I expected college was going to fix a lot of things - it didn't - but what surprised me most was that, while things were better for minorities, we weren't all one big happy family singing kumbaya. Everybody found a group, and stuck with that group. I found a group at the Loft Literary Center. At college, I was very much a loner (some things never change), but that gives one more time to observe. I took the bus from the U of M to my grandparents' house in South Minneapolis (yes, very close to the riots). I passed through a Somali community and a Hispanic community, then the area around Franklin that was a very poor community (mostly POC, I know, I should have told you to sit down first, I'm sure you fainted with surprise). All of these communities were in Minneapolis, and it wasn't as though they were integrated. I once had a social studies teacher who told us the United States isn't really the "melting pot" everyone says it is. It's a tossed salad, with different communities generally sticking with their own. It only occurred to me later that this was for safety from "us."

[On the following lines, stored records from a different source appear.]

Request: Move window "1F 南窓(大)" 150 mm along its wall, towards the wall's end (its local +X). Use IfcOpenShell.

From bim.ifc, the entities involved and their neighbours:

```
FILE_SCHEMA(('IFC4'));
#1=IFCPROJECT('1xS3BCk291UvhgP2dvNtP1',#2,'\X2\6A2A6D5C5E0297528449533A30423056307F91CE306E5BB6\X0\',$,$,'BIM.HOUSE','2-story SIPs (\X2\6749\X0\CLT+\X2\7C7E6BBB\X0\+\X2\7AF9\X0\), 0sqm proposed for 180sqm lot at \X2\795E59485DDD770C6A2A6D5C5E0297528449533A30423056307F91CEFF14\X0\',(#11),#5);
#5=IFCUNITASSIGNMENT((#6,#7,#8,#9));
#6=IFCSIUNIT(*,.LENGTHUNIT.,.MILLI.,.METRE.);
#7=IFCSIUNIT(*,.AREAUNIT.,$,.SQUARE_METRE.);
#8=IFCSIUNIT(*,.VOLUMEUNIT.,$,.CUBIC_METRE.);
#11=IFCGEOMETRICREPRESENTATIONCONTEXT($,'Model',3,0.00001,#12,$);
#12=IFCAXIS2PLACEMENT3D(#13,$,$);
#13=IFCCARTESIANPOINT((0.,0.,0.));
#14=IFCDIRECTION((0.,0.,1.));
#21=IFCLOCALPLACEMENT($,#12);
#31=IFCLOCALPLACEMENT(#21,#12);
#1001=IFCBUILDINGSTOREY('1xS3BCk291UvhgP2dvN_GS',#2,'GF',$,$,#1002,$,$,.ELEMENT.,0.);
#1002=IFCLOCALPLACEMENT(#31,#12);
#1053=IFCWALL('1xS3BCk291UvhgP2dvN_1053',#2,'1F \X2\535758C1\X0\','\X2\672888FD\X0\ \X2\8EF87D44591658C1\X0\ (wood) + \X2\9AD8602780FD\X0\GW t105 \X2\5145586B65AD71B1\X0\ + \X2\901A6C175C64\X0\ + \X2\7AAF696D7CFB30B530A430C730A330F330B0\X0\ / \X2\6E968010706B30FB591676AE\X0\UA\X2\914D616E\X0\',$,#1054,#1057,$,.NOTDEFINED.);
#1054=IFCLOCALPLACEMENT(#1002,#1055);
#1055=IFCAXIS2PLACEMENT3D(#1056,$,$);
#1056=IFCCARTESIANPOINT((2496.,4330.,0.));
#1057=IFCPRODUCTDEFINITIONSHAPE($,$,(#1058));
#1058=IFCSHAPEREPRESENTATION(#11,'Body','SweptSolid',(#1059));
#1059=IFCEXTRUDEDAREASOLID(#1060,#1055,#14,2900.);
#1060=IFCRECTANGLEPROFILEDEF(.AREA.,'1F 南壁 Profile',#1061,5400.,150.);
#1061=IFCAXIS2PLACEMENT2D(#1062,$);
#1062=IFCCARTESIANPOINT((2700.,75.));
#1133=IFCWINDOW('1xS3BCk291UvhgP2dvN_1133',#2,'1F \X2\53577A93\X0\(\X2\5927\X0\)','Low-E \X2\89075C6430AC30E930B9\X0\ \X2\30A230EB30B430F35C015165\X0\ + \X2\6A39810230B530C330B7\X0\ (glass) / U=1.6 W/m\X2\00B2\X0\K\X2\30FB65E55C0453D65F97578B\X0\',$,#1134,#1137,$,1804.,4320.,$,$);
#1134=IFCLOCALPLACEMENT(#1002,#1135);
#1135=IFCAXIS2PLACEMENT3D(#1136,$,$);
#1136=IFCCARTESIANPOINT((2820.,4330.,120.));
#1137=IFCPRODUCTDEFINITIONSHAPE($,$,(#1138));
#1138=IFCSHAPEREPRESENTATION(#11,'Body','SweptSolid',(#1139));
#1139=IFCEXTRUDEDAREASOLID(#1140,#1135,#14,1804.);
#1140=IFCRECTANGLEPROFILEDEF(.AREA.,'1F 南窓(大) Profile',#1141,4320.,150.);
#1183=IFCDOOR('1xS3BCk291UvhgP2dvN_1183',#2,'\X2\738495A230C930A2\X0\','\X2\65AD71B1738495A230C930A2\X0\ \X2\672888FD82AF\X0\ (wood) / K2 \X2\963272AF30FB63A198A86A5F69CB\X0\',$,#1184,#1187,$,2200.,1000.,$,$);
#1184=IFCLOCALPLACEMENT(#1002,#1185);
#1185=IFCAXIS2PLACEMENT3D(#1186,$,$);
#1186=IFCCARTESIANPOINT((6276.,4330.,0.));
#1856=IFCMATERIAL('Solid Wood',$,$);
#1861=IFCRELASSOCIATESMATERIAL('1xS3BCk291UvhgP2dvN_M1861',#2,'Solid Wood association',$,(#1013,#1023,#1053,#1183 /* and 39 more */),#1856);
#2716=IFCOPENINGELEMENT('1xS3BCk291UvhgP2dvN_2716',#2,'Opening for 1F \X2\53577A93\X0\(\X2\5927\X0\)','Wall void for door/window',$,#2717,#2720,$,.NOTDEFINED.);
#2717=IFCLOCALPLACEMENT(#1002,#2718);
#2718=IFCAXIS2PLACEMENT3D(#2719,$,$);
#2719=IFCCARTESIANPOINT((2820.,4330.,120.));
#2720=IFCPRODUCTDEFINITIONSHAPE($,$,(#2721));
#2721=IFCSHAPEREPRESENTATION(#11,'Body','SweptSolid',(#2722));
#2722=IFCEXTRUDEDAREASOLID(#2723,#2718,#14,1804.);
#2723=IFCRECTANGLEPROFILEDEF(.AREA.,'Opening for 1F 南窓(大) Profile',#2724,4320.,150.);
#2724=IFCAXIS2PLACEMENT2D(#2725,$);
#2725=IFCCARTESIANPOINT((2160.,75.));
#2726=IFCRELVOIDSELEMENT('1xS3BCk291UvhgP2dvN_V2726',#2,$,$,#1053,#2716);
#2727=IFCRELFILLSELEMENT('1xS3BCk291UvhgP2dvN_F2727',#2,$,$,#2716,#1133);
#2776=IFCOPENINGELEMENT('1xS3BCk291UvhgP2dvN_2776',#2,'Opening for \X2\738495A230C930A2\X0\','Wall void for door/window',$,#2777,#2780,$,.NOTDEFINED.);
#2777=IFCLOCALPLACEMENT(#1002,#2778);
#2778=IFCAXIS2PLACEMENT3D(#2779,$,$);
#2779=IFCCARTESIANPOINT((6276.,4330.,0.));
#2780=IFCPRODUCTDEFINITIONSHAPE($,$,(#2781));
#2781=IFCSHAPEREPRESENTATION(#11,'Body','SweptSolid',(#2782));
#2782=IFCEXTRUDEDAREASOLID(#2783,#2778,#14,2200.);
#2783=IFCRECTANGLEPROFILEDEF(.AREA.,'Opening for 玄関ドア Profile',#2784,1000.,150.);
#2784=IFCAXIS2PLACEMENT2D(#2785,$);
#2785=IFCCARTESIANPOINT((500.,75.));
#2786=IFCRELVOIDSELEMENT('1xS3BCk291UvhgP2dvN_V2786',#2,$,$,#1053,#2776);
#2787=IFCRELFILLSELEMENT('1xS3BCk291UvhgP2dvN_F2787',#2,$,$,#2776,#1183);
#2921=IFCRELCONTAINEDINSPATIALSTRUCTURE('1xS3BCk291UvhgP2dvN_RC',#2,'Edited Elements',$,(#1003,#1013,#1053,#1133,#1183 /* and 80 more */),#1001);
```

```python
import ifcopenshell
import ifcopenshell.api.geometry
import ifcopenshell.util.placement

model = ifcopenshell.open("bim.ifc")

window = model.by_guid("1xS3BCk291UvhgP2dvN_1133")
opening = window.FillsVoids[0].RelatingOpeningElement
wall = opening.VoidsElements[0].RelatingBuildingElement

wall_matrix = ifcopenshell.util.placement.get_local_placement(wall.ObjectPlacement)
shift = wall_matrix[:3, 0] * 150.0
before = ifcopenshell.util.placement.get_local_placement(window.ObjectPlacement)[:3, 3].copy()

# The window is not placed relative to its opening, so move both.
for product in (opening, window):
    matrix = ifcopenshell.util.placement.get_local_placement(product.ObjectPlacement)
    matrix[:3, 3] += shift
    ifcopenshell.api.geometry.edit_object_placement(model, product=product, matrix=matrix, is_si=False)

after = ifcopenshell.util.placement.get_local_placement(window.ObjectPlacement)[:3, 3]
print("window moved by", (after - before).round(3) + 0.0)

model.write("bim_updated.ifc")
```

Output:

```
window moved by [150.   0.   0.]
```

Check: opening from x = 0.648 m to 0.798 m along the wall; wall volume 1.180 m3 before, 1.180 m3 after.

I saw "us" on one of those buses. I had evening courses, which I liked better because they believed in working Americans who didn't have time for extemporaneous fluff. The moment I stepped on the bus, I knew something was wrong. There was a young white man towards the middle of the bus just staring ahead of him, and a young black woman towards the back with her forehead pressed to the seat bar in front of her. It didn't take me long to find the problem. At the front of he bus, an Asian-American man was being harassed by a group of older teenage boys (white), asking him if he knew Jackie Chan and trying to incite him to talk back to them. It was the worst 45 minutes of my life, sitting there at the very back, wondering why the white man didn't do anything, wondering if the black girl needed a hug, enraged that the bus driver wasn't throwing these assholes off. I thought of going to the front and asking the Asian-American man to sit with me, but the boys were drunk and there were more of them than I thought could reasonably be handled if they decided to be unruly. I will forever regret not doing something anyway. I was completely unafraid when I actually got stabbed on a bus in Guatemala years later, but I was terrified of these white yahoos. The best I could get myself to do was to call them assholes as I disembarked the bus.

I've seen "us" in other places, but never like that. Mostly I see "us" unconsciously exercising our privilege. Even out of the country, I was a white American and that seemed to mean something, everywhere I went. I'm never afraid of the police. I doubt I will ever have to be. But the more I observe, the more I know I'm very lucky that way. But, I was sure, I was absolutely convinced, until a few days ago, that this was still Minnesota, and we still believed in Minnesota nice. I don't believe that anymore. I remember the children at my mother's school and think to myself that they probably weren't safe anywhere and might as well have gone to school in my home town. I will still hold my breath every time I see someone Somali walking through my home town because I am absolutely terrified for them, but I won't think they should go somewhere more "kind" and "understanding."

I think maybe this place only existed in my mind.

So, as Minneapolis is burning, I can only hope that it will cause change. Statewide change. Country-wide change. I don't care about looting or fire. I care that my nephew is half Filipino and someday he has to go to school. Lord help the school system that does not protect him, because I will not be silent anymore. To the George Floyd protesters, I see you. I can see you now. I am not blinded by the white any longer.